==== Data shown ====

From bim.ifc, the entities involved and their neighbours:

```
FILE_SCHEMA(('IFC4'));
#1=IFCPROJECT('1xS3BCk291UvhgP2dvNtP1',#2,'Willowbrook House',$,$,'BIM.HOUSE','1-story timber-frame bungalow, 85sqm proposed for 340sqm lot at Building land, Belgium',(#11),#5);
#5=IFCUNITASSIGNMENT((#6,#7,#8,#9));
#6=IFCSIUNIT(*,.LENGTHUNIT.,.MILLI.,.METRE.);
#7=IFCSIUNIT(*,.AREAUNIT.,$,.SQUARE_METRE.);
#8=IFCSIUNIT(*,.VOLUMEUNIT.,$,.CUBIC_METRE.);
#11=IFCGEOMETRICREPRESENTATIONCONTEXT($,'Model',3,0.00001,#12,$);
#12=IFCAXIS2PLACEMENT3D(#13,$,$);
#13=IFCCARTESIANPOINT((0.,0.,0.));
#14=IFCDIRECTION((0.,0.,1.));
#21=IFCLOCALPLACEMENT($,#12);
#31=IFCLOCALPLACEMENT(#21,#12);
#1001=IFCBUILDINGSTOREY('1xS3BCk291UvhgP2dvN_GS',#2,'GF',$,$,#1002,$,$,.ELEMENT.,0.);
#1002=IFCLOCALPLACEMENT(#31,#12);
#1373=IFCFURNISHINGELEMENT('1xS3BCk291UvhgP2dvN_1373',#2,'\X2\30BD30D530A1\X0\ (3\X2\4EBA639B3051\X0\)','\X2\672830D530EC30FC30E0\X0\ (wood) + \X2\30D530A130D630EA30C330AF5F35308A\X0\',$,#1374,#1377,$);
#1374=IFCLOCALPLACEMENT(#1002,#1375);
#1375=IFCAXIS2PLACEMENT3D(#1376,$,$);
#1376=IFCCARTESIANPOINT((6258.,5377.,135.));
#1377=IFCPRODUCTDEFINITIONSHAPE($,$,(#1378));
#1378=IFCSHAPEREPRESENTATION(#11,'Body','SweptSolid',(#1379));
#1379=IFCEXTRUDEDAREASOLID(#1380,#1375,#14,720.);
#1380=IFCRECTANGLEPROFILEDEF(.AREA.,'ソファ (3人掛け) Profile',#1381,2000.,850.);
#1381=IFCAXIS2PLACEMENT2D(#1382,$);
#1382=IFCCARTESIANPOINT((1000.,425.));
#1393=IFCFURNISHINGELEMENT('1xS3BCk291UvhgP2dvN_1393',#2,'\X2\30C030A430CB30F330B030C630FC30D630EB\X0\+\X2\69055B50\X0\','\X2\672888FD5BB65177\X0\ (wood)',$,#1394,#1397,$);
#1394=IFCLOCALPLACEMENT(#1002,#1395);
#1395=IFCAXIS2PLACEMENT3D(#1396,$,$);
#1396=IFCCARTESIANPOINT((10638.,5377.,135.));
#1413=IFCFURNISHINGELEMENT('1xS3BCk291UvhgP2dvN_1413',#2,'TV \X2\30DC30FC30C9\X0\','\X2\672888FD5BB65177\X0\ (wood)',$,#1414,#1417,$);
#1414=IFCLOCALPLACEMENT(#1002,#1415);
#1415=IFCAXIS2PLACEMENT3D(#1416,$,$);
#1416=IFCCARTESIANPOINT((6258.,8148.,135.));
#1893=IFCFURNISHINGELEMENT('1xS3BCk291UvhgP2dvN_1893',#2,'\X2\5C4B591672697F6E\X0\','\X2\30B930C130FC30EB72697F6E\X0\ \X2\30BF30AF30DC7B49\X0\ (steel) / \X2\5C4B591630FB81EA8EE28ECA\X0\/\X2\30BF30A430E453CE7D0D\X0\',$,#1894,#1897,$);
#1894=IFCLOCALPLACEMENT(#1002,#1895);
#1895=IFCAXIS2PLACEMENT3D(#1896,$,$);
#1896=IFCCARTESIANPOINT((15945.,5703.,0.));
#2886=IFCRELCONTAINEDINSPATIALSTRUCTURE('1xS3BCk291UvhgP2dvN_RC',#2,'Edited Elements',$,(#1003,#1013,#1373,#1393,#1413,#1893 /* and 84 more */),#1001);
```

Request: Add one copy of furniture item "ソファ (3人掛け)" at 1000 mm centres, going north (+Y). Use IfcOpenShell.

```python
import numpy as np
import ifcopenshell
import ifcopenshell.api.geometry
import ifcopenshell.api.root
import ifcopenshell.util.element
import ifcopenshell.util.placement
import ifcopenshell.util.unit

model = ifcopenshell.open("bim.ifc")
unit_scale = ifcopenshell.util.unit.calculate_unit_scale(model)


def reuse_history(source, copy):
    """copy_class also copies each property set's owner history, people and application; keep the originals."""
    for rel in copy.IsDefinedBy:
        if rel.is_a("IfcRelDefinesByProperties") and (history := rel.RelatingPropertyDefinition.OwnerHistory):
            rel.RelatingPropertyDefinition.OwnerHistory = source.OwnerHistory
            ifcopenshell.util.element.remove_deep2(model, history)


source = model.by_guid("1xS3BCk291UvhgP2dvN_1373")
base = ifcopenshell.util.placement.get_local_placement(source.ObjectPlacement)
step = np.array([0.0, 1.0, 0.0]) * 1 / unit_scale

for i in range(1, 2):
    copy = ifcopenshell.api.root.copy_class(model, product=source)
    copy.Representation = ifcopenshell.util.element.copy_deep(
        model, source.Representation, exclude=["IfcGeometricRepresentationContext", "IfcRepresentationMap"]
    )
    reuse_history(source, copy)
    matrix = base.copy()
    matrix[:3, 3] += i * step
    print("added at", matrix[:3, 3].round(3) + 0.0)
    ifcopenshell.api.geometry.edit_object_placement(model, product=copy, matrix=matrix, is_si=False)

model.write("bim_updated.ifc")
```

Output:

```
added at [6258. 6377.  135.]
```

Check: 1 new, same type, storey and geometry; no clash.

====

### Task goal
Copy out each line of the listing where the string "wood" appears.

### Written answer
#1373=IFCFURNISHINGELEMENT('1xS3BCk291UvhgP2dvN_1373',#2,'\X2\30BD30D530A1\X0\ (3\X2\4EBA639B3051\X0\)','\X2\672830D530EC30FC30E0\X0\ (wood) + \X2\30D530A130D630EA30C330AF5F35308A\X0\',$,#1374,#1377,$);
#1393=IFCFURNISHINGELEMENT('1xS3BCk291UvhgP2dvN_1393',#2,'\X2\30C030A430CB30F330B030C630FC30D630EB\X0\+\X2\69055B50\X0\','\X2\672888FD5BB65177\X0\ (wood)',$,#1394,#1397,$);
#1413=IFCFURNISHINGELEMENT('1xS3BCk291UvhgP2dvN_1413',#2,'TV \X2\30DC30FC30C9\X0\','\X2\672888FD5BB65177\X0\ (wood)',$,#1414,#1417,$);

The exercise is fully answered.